[Start of Attachment]

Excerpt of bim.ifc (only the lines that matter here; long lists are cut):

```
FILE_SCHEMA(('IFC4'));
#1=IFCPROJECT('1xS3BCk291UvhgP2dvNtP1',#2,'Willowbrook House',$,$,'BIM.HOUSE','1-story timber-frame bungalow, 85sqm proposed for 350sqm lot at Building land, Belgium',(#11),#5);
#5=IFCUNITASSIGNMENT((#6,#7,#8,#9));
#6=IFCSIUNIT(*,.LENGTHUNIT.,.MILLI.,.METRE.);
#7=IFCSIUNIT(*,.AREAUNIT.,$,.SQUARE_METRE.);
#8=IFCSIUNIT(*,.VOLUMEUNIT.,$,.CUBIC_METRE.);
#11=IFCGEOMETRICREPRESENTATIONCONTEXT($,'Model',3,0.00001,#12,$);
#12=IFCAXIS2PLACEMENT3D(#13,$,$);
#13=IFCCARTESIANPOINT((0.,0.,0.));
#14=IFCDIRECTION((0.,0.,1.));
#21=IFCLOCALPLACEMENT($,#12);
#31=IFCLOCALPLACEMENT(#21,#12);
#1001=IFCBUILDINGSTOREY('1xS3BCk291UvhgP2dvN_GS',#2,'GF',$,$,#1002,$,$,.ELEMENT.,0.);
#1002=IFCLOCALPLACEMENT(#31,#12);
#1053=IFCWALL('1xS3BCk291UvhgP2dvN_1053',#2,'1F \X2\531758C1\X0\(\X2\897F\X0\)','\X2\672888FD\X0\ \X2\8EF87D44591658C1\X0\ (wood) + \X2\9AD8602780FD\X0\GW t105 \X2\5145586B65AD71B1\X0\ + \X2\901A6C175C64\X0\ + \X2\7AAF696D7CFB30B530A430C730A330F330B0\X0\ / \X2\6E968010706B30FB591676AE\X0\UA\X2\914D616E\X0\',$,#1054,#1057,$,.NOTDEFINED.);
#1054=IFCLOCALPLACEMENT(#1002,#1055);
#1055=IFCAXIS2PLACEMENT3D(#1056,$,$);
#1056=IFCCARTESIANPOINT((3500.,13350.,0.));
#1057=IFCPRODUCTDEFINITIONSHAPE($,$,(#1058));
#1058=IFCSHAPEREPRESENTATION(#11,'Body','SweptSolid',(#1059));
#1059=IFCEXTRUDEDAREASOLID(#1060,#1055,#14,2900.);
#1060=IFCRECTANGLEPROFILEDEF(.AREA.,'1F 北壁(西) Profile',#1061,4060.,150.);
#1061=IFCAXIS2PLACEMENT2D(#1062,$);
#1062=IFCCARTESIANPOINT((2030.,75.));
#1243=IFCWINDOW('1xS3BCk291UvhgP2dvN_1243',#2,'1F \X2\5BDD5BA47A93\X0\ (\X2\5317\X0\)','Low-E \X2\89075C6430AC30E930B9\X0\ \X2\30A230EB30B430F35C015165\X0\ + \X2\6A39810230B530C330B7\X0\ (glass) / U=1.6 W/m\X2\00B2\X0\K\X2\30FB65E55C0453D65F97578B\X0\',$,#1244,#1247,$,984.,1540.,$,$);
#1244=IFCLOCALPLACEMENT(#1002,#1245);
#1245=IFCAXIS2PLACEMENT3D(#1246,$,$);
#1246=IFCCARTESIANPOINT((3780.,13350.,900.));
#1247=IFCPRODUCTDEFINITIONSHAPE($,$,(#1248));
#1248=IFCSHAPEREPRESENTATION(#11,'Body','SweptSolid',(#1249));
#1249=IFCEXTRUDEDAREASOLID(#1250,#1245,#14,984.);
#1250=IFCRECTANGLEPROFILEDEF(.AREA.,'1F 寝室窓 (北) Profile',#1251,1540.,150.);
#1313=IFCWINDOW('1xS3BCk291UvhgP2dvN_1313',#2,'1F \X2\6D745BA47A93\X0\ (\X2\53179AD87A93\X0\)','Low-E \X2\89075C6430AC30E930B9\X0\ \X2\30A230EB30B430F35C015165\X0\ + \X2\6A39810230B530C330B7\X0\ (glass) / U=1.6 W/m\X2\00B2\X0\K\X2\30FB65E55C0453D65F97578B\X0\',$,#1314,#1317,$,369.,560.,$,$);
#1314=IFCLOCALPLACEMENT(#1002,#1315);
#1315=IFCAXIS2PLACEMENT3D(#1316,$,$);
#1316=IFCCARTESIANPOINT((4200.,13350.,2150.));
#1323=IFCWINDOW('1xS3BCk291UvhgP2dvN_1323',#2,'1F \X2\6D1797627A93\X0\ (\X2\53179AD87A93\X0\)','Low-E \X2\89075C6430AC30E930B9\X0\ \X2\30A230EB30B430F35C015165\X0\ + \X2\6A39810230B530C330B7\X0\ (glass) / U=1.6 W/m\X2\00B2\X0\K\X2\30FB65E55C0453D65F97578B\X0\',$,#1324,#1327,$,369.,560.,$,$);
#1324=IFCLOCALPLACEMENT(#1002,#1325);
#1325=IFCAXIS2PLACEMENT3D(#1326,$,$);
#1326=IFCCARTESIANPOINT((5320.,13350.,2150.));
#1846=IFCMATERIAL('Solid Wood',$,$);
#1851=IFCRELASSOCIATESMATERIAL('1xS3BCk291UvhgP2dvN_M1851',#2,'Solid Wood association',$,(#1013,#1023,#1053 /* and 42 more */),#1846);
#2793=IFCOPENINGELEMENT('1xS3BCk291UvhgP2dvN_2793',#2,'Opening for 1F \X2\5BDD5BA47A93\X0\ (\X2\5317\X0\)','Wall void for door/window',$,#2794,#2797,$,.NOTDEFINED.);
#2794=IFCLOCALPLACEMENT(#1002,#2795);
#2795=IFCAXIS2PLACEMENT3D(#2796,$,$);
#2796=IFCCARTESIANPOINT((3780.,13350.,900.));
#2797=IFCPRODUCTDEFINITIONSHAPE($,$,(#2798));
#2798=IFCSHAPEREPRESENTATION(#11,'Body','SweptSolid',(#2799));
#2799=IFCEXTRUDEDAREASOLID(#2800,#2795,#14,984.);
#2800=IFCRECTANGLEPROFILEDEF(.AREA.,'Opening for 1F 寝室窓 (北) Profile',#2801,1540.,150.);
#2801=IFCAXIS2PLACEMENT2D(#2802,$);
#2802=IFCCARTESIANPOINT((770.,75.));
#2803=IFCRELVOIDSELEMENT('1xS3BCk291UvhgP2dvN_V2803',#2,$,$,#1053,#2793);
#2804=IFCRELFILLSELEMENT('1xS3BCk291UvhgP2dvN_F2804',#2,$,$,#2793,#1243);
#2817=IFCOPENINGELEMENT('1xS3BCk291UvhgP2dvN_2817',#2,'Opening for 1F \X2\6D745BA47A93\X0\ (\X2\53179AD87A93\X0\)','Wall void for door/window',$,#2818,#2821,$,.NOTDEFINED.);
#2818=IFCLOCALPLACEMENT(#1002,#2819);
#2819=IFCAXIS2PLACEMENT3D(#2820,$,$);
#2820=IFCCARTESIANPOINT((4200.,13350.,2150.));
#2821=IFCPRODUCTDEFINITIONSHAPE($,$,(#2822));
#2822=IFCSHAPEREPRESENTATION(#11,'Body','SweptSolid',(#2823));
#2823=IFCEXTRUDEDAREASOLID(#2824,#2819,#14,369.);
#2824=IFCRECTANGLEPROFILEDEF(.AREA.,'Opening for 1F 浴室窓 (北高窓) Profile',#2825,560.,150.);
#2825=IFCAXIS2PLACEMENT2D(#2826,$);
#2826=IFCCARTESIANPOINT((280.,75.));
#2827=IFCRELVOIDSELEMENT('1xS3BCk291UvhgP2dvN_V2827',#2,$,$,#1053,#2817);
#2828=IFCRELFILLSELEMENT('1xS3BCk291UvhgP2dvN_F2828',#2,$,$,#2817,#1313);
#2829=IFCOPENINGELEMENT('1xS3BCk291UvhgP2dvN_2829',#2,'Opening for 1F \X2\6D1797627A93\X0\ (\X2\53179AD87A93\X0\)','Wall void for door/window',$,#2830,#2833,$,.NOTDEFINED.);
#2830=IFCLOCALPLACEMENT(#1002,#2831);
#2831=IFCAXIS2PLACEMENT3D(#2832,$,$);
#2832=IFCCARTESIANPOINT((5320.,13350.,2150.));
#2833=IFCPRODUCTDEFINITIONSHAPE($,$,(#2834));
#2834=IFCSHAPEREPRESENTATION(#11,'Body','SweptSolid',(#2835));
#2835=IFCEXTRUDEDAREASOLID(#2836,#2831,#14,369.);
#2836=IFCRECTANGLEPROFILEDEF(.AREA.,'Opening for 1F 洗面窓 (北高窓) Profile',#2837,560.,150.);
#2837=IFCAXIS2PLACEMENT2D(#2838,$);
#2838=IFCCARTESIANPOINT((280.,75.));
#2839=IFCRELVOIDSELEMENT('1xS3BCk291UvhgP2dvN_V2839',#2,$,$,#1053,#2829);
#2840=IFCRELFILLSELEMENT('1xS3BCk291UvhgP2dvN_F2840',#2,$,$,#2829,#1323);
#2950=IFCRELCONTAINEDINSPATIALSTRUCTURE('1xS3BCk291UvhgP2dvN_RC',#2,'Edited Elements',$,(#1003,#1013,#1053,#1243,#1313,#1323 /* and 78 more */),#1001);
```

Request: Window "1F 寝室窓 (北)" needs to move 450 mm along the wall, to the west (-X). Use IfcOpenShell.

```python
import ifcopenshell
import ifcopenshell.api.geometry
import ifcopenshell.util.placement
import ifcopenshell.util.unit

model = ifcopenshell.open("bim.ifc")
unit_scale = ifcopenshell.util.unit.calculate_unit_scale(model)

window = model.by_id(1243)
opening = window.FillsVoids[0].RelatingOpeningElement
wall = opening.VoidsElements[0].RelatingBuildingElement

wall_matrix = ifcopenshell.util.placement.get_local_placement(wall.ObjectPlacement)
shift = wall_matrix[:3, 0] * -0.45 / unit_scale
before = ifcopenshell.util.placement.get_local_placement(window.ObjectPlacement)[:3, 3].copy()

# The window is not placed relative to its opening, so move both.
for product in (opening, window):
    matrix = ifcopenshell.util.placement.get_local_placement(product.ObjectPlacement)
    matrix[:3, 3] += shift
    ifcopenshell.api.geometry.edit_object_placement(model, product=product, matrix=matrix, is_si=False)

after = ifcopenshell.util.placement.get_local_placement(window.ObjectPlacement)[:3, 3]
print("window moved by", (after - before).round(3) + 0.0)

model.write("bim_v2.ifc")
```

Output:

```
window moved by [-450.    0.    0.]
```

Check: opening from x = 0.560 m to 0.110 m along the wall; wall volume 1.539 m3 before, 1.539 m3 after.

[End of Attachment]

Exercise brief:
Your reply must consist solely of the number of lines in the data that contain the word "NOTDEFINED".

Exercise answer:
4